4. We have heard the ld. DR and perused the relevant material on record. There is no appearance from the side of the assessee despite notice. As such, we are proceeding to dispose of this appeal ex parte qua the assessee.

5. Adverting to the facts of the instant case, it is observed that the disallowance of expenditure of Rs. 1,95,320/- sustained in the first appeal relates to buy back of shares. The Hon’ble Supreme Court in Punjab State Industrial Development Corpn.(supra) has held that the expenses incurred in that connection still retain the character of a capital expenditure since the expenditure is directly related to the expansion of the capital base of the company. Similar view has been reiterated inBrooke Bond India Ltd. (supra). As the expenditure of Rs. 1,95,320/- relates to buy back of shares, respectfully following the precedents noted by the ld.CIT(A), we uphold the disallowance. This ground is not allowed.

6. Ground nos. 2 and 3 are against the confirmation of addition in respect of Repair and maintenance expenses amounting to Rs. 8,28,304/- incurred in relation to building upkeep and maintenance on the ground that they are capital in nature and in the alternative in not allowing depreciation on the same.

7. The facts apropos this ground are that the assessee claimed deduction under the head ‘Repair & maintenance’ at Rs. 8,28,304/- On perusal of the details, it transpired that a number of expenses were incurred for renovation of building. The AO treated this amount as capital expenditure and disallowed the same. The ld. CIT(A) upheld the disallowance.

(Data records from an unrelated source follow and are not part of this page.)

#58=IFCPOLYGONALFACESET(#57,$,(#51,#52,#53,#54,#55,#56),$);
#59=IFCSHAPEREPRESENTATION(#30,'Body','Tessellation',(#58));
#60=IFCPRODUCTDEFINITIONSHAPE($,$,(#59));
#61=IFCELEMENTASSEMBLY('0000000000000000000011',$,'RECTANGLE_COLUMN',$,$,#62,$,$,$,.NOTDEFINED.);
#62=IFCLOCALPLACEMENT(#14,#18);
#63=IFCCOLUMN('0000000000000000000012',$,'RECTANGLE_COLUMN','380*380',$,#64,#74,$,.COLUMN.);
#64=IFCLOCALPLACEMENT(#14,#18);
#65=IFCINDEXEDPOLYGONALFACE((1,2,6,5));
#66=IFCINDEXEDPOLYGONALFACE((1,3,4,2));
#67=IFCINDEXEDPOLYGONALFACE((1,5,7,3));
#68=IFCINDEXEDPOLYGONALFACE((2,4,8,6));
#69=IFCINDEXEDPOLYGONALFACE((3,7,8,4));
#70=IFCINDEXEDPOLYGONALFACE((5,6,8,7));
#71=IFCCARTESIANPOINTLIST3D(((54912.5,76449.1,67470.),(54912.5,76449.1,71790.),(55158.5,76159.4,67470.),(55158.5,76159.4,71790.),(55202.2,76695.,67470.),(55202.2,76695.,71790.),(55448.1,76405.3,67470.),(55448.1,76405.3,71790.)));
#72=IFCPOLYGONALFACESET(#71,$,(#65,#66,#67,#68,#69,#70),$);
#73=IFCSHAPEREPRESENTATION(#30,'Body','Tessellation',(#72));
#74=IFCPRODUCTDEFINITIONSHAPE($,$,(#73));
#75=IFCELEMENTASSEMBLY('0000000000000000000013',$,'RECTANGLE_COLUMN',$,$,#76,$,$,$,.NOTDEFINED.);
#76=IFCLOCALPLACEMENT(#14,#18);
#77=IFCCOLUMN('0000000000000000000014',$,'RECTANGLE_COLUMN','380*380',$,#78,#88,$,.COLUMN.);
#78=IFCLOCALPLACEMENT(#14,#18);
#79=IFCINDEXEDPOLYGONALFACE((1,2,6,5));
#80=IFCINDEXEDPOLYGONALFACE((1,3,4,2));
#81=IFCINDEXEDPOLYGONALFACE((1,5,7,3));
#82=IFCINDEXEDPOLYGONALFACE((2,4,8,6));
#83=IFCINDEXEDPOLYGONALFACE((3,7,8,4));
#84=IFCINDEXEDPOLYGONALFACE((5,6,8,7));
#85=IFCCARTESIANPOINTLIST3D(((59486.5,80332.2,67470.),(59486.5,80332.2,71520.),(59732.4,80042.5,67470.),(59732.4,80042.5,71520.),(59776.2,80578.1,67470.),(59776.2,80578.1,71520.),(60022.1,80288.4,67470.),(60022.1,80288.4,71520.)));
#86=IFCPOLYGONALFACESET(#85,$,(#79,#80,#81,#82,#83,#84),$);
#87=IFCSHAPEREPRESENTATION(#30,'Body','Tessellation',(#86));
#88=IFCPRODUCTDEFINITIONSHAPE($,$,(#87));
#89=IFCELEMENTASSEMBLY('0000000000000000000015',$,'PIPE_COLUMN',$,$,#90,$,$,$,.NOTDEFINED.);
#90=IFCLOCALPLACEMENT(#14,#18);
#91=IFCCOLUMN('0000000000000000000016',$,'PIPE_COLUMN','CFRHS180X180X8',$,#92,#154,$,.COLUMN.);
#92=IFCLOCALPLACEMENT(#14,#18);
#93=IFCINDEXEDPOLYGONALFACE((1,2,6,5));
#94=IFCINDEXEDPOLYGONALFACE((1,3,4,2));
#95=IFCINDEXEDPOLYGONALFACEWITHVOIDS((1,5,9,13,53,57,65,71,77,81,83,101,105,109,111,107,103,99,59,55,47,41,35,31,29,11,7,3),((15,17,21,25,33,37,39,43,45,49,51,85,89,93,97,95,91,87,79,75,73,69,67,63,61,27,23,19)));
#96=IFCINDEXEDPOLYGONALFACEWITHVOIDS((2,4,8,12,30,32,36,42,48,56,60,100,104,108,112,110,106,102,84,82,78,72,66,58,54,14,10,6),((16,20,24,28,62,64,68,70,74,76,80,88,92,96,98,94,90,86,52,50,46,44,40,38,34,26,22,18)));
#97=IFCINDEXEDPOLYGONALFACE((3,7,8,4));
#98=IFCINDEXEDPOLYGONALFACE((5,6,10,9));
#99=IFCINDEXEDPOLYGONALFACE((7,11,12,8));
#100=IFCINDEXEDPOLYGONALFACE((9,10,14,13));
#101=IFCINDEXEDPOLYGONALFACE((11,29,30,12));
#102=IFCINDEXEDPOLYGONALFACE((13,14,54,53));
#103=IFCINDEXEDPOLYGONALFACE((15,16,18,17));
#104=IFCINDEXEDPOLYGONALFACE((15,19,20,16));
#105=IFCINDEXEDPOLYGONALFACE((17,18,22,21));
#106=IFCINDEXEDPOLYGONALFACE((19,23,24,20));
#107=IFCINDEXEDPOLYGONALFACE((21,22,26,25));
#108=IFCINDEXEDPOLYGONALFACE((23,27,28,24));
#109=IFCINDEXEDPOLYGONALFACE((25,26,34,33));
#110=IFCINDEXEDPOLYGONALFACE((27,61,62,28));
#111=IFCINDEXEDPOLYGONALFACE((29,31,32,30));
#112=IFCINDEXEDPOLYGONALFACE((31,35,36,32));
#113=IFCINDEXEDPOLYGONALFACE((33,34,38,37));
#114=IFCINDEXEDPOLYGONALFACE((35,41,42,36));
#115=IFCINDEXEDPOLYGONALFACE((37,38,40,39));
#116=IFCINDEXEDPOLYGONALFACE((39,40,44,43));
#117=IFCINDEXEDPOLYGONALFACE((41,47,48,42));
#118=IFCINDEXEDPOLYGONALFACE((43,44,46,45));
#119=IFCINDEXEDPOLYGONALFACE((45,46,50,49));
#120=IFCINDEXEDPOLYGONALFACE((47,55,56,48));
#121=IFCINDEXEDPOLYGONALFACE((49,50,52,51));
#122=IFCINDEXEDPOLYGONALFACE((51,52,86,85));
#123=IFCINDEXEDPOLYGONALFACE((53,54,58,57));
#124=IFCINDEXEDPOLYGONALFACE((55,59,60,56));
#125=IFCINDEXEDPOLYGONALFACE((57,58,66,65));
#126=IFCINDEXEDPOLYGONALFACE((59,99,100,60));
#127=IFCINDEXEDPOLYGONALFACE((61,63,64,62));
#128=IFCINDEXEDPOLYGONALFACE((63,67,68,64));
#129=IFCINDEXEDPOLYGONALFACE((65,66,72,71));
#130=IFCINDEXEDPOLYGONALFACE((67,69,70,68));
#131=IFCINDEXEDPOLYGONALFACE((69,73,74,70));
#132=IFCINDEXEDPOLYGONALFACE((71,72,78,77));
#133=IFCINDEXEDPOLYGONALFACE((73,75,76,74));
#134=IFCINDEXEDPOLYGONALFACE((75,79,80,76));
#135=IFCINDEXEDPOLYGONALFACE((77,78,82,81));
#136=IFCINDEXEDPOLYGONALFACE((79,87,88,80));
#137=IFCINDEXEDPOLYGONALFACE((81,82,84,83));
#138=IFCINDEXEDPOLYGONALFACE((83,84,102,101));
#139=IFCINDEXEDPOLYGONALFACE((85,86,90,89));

8. After hearing the ld. DR and perusing the relevant material, it is observed that the assessee incurred expenses of Rs. 8,28,304/- on a rented premises. Such expenses are in the nature of renovation of building. The Hon’ble Supreme Court inBallimal Naval Kishore v. CIT [1997] 224 ITR 414 has held that the expenditure incurred by the assessee on total renovation of cinema theatre by installing new machinery, new furniture, new sanitary fitting and new electrical installation besides extensive repair of structure of building, is a capital expenditure and hence not allowable as current repairs. This judgment indicates that any capital expenditure on total renovation is liable to be considered as capital expenditure. The Hon’ble jurisdictional High Court in Bigjo’s India Ltd. v. CIT [2007] 293 ITR 170 (Delhi)considered almost a similar situation as is obtaining before us in the present appeal. In that case, the assessee, a licensee of the showroom, erected new counters and built a new lift shaft at a new site. It was held that such amount was not in the nature of current repairs but a capital expenditure not deductible in full. We thus reject the viewpoint of the assessee of such an expense being of revenue nature.

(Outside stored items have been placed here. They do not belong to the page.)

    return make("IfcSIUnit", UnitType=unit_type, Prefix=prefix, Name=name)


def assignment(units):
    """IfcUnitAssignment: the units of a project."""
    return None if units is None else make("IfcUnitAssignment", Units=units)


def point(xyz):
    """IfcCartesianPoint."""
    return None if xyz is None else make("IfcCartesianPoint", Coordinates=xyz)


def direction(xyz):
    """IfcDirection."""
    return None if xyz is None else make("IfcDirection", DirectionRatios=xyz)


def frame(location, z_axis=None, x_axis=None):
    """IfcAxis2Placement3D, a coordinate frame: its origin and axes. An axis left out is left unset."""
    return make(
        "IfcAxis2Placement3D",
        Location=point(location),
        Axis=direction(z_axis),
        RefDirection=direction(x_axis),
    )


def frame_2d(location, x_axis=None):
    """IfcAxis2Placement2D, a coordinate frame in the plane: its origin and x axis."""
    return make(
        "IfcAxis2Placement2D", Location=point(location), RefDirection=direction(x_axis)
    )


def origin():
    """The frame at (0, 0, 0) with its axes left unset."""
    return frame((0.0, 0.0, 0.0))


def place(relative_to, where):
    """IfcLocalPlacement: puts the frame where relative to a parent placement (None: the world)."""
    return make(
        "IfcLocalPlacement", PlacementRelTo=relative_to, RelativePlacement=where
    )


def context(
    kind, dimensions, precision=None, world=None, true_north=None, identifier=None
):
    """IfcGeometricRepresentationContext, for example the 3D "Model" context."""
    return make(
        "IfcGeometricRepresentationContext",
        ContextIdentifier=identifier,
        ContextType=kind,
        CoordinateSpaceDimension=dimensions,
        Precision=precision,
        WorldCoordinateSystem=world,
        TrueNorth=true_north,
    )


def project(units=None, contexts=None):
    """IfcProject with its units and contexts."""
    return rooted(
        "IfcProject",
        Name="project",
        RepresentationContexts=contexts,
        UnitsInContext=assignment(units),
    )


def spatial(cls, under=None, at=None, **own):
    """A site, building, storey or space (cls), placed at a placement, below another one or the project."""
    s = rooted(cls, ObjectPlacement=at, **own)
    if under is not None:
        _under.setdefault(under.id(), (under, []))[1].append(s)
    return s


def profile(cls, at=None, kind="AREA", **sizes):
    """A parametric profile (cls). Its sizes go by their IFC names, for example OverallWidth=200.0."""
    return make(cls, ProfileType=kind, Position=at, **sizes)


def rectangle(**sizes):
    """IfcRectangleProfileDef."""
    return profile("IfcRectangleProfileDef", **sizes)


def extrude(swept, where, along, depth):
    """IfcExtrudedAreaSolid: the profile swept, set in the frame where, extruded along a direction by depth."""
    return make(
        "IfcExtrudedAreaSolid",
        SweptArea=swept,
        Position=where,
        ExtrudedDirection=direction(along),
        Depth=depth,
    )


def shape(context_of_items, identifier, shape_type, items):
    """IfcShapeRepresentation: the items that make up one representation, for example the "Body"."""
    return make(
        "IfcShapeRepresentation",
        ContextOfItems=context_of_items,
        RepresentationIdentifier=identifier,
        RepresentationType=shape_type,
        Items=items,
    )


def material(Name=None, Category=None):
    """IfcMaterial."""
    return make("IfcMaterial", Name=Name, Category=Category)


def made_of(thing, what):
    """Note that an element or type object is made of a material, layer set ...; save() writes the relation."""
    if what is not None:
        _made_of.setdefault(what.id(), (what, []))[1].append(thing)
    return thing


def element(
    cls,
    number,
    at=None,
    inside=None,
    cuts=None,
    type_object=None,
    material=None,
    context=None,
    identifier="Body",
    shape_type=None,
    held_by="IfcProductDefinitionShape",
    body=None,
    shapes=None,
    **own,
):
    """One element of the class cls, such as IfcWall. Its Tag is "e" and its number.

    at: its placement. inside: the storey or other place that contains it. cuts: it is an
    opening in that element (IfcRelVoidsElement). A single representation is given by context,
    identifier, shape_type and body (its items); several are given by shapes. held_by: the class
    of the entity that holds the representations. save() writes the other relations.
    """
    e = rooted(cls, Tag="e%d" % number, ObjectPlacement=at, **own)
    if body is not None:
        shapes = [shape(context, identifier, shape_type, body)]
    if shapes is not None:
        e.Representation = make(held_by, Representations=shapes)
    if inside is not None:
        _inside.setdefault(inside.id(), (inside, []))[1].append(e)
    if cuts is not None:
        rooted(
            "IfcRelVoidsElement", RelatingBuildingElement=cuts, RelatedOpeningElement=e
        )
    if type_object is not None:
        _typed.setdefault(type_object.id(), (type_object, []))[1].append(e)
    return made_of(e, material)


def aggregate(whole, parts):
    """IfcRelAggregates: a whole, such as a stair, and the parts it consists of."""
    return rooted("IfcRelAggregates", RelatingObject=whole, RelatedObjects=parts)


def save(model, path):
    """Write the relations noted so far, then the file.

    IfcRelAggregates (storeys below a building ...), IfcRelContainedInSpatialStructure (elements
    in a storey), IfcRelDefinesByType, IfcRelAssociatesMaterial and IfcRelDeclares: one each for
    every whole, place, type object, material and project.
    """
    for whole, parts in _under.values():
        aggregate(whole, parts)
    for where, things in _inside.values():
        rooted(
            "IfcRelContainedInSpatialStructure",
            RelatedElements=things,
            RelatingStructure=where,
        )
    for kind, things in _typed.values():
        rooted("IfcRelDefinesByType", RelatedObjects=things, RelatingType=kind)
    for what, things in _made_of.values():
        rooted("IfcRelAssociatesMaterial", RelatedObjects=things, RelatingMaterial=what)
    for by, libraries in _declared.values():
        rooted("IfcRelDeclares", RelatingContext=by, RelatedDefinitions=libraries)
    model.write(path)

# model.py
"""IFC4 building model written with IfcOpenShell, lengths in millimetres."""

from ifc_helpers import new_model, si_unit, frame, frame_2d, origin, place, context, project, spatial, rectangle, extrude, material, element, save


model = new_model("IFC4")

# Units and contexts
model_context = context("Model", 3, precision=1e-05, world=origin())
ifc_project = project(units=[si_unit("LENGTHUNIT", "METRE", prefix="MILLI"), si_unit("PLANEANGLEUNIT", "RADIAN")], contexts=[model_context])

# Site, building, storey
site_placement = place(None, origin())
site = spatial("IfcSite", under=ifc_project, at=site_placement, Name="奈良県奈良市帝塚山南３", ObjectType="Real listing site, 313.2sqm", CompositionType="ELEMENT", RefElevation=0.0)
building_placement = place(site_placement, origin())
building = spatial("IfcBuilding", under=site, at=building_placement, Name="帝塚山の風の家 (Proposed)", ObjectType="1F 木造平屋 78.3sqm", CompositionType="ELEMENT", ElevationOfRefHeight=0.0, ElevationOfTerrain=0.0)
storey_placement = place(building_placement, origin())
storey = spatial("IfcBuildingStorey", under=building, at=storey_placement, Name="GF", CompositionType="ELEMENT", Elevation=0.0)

9. Explanation 1 to section 32 provides that where the business is carried on in a building not owned by the assessee, but in respect of which the assessee holds a lease or other right of occupancy and any capital expenditure is incurred ‘on the construction of any structure or doing of any work in or in relation to, and by way of renovation or expansion or, or improvement to, the building, then, the provisions of this clause shall apply as the said expenditure or work is a building owned by the assessee.’ It implies that whereas the expenditure of a capital nature incurred on the renovation etc. of a building, which is not owned by the assessee but in respect of which the assessee holds mere occupancy rights, cannot be allowed deduction as a revenue expense, but such expenditure of a capital nature is liable to be considered as a building owned by the assessee for the purposes of section 32 and hence depreciation is allowable pro tanto. In view of the above discussion, by which we have held that the expenditure incurred by the assessee in respect of the building is a capital and not a revenue expenditure, we hold that the assessee is entitled to depreciation at the stipulated rate. The AO is directed to allow such depreciation as per law after allowing a reasonable opportunity of hearing to the assessee.

10. In the result, the appeal is partly allowed.